Los hackers de BianLian explotan las vulnerabilidades de JetBrains TeamCity en ataques de ransomware

Los perpetradores detrás del ransomware BianLian han sido detectados aprovechando vulnerabilidades de seguridad en el software JetBrains TeamCity para llevar a cabo sus ataques de extorsión.

Conforme a un informe reciente de GuidePoint Security, el incidente «se inició mediante la explotación de un servidor TeamCity, dando como resultado la implementación de una variante en PowerShell del backdoor Go de BianLian».

BianLian surgió en junio de 2022 y, desde entonces, ha centrado exclusivamente sus esfuerzos en extorsiones basadas en la exfiltración, tras la liberación de un descifrador en enero de 2023.

La secuencia de ataque observada por la firma de ciberseguridad involucra la explotación de una instancia vulnerable de TeamCity utilizando CVE-2024-27198 o CVE-2023-42793 para obtener acceso inicial al entorno. Luego, se crean nuevos usuarios en el servidor de compilación y se ejecutan comandos maliciosos para llevar a cabo la postexplotación y el movimiento lateral.

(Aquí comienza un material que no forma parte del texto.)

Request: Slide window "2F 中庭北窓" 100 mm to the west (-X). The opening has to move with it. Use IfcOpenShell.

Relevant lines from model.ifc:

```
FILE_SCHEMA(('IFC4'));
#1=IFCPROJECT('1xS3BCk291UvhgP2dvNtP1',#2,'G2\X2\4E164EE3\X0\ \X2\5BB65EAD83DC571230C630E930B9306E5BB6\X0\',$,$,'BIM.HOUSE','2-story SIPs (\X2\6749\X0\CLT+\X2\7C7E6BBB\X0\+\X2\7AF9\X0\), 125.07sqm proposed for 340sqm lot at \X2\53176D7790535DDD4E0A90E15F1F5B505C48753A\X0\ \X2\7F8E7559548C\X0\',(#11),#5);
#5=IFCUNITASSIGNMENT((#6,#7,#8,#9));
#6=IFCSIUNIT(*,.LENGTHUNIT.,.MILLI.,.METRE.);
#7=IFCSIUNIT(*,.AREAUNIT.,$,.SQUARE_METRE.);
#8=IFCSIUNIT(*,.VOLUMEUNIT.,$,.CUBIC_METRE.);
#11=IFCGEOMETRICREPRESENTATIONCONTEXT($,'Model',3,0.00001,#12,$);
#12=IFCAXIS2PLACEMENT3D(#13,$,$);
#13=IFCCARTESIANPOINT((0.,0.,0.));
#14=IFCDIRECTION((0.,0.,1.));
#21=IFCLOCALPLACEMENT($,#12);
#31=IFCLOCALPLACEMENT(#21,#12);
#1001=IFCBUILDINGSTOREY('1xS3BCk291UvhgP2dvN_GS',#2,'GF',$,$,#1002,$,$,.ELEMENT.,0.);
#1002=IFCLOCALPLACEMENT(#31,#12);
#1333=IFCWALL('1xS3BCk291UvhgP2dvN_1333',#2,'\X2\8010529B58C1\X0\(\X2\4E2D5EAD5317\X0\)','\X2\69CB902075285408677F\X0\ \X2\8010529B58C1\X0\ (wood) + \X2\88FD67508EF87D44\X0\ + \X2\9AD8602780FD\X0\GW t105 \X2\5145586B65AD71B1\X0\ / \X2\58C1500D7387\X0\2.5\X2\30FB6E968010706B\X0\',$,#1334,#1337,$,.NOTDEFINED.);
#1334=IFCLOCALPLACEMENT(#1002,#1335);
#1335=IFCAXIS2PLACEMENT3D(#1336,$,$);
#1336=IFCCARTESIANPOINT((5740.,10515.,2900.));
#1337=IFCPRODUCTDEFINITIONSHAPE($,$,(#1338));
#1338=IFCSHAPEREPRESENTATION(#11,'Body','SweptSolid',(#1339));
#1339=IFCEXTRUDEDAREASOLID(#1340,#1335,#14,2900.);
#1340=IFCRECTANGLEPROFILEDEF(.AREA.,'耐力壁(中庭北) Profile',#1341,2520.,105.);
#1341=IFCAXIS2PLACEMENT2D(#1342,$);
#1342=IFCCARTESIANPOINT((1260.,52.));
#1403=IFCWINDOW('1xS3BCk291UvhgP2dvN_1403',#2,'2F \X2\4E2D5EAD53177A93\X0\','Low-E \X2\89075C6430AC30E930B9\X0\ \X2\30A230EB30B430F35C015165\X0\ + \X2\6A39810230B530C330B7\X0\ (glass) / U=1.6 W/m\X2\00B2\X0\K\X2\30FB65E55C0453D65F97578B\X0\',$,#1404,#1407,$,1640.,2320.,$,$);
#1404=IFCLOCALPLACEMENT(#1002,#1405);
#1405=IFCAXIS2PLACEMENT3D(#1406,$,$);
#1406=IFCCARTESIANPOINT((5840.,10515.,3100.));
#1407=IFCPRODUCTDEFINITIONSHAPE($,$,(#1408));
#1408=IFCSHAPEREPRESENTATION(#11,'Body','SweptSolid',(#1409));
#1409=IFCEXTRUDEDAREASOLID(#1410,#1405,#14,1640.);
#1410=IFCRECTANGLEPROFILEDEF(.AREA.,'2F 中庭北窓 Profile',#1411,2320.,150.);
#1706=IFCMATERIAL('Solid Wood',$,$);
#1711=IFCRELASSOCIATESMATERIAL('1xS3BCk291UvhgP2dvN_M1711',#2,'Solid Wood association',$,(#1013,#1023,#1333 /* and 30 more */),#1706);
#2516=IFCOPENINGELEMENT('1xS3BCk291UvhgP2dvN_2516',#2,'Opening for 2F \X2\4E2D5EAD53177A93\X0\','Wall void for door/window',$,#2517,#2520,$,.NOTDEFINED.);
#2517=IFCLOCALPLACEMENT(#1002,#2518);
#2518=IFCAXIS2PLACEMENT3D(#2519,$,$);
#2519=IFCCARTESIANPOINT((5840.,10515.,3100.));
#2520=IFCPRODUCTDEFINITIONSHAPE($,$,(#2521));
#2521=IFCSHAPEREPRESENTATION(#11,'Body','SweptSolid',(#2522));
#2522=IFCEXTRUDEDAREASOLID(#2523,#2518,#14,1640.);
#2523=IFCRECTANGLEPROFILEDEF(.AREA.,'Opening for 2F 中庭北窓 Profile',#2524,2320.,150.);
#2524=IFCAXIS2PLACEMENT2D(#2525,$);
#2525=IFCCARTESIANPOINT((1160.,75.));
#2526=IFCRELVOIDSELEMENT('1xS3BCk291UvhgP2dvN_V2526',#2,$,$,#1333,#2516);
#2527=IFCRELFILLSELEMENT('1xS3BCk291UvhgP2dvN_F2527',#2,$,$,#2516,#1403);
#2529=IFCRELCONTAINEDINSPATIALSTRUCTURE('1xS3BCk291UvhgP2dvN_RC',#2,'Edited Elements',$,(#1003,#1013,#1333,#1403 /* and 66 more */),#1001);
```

```python
import ifcopenshell
import ifcopenshell.api.geometry
import ifcopenshell.util.placement
import ifcopenshell.util.unit

model = ifcopenshell.open("model.ifc")
unit_scale = ifcopenshell.util.unit.calculate_unit_scale(model)

window = model.by_guid("1xS3BCk291UvhgP2dvN_1403")
opening = window.FillsVoids[0].RelatingOpeningElement
wall = opening.VoidsElements[0].RelatingBuildingElement

wall_matrix = ifcopenshell.util.placement.get_local_placement(wall.ObjectPlacement)
shift = wall_matrix[:3, 0] * -0.1 / unit_scale
before = ifcopenshell.util.placement.get_local_placement(window.ObjectPlacement)[:3, 3].copy()

# The window is not placed relative to its opening, so move both.
for product in (opening, window):
    matrix = ifcopenshell.util.placement.get_local_placement(product.ObjectPlacement)
    matrix[:3, 3] += shift
    ifcopenshell.api.geometry.edit_object_placement(model, product=product, matrix=matrix, is_si=False)

after = ifcopenshell.util.placement.get_local_placement(window.ObjectPlacement)[:3, 3]
print("window moved by", (after - before).round(3) + 0.0)

model.write("model_v2.ifc")
```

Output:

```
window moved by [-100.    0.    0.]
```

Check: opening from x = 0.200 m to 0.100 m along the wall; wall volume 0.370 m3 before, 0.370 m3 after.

En la actualidad, no está claro cuál de las dos vulnerabilidades fue empleada por los actores de amenazas para la infiltración.

Los actores de BianLian son conocidos por implantar un backdoor personalizado adaptado a cada víctima, escrito en Go, y también por dejar herramientas de escritorio remoto como AnyDesk, Atera, SplashTop y TeamViewer. Microsoft lo rastrea como BianDoor.

«Después de varios intentos fallidos de ejecutar su backdoor Go estándar, los perpetradores cambiaron a un enfoque ‘vivir de la tierra’ y aprovecharon una implementación en PowerShell de su backdoor, la cual proporciona funcionalidad casi idéntica a la que tendrían con su backdoor Go», indicaron los investigadores de seguridad Justin Timothy, Gabe Renfro y Keven Murphy.

El backdoor en PowerShell ofuscado («web.ps1») está diseñado para establecer un socket TCP para la comunicación de red adicional con un servidor controlado por los perpetradores, permitiéndoles realizar acciones arbitrarias en un host infectado.

«El backdoor, ahora confirmado, es capaz de comunicarse con el servidor de [control y comando] y ejecutarse de manera asincrónica según los objetivos de postexplotación del atacante remoto», señalaron los investigadores.

Esta divulgación se produce mientras VulnCheck detalla nuevos exploits de prueba de concepto (PoC) para una vulnerabilidad crítica que afecta a Atlassian Confluence Data Center y Confluence Server (CVE-2023-22527), la cual podría resultar en la ejecución remota de código de manera sin archivos y cargar directamente la web shell Godzilla en la memoria.

La vulnerabilidad ha sido aprovechada recientemente para desplegar el ransomware C3RB3R, mineros de criptomonedas y troyanos de acceso remoto durante los últimos dos meses, indicando una explotación extendida en entornos no monitoreados.

«Existen múltiples vías para llegar al mismo resultado. Aunque el uso de freemarker.template.utility.Execute parece ser el método preferido para explotar CVE-2023-22527, otras rutas más discretas generan distintos indicadores», observó Jacob Baines de VulnCheck.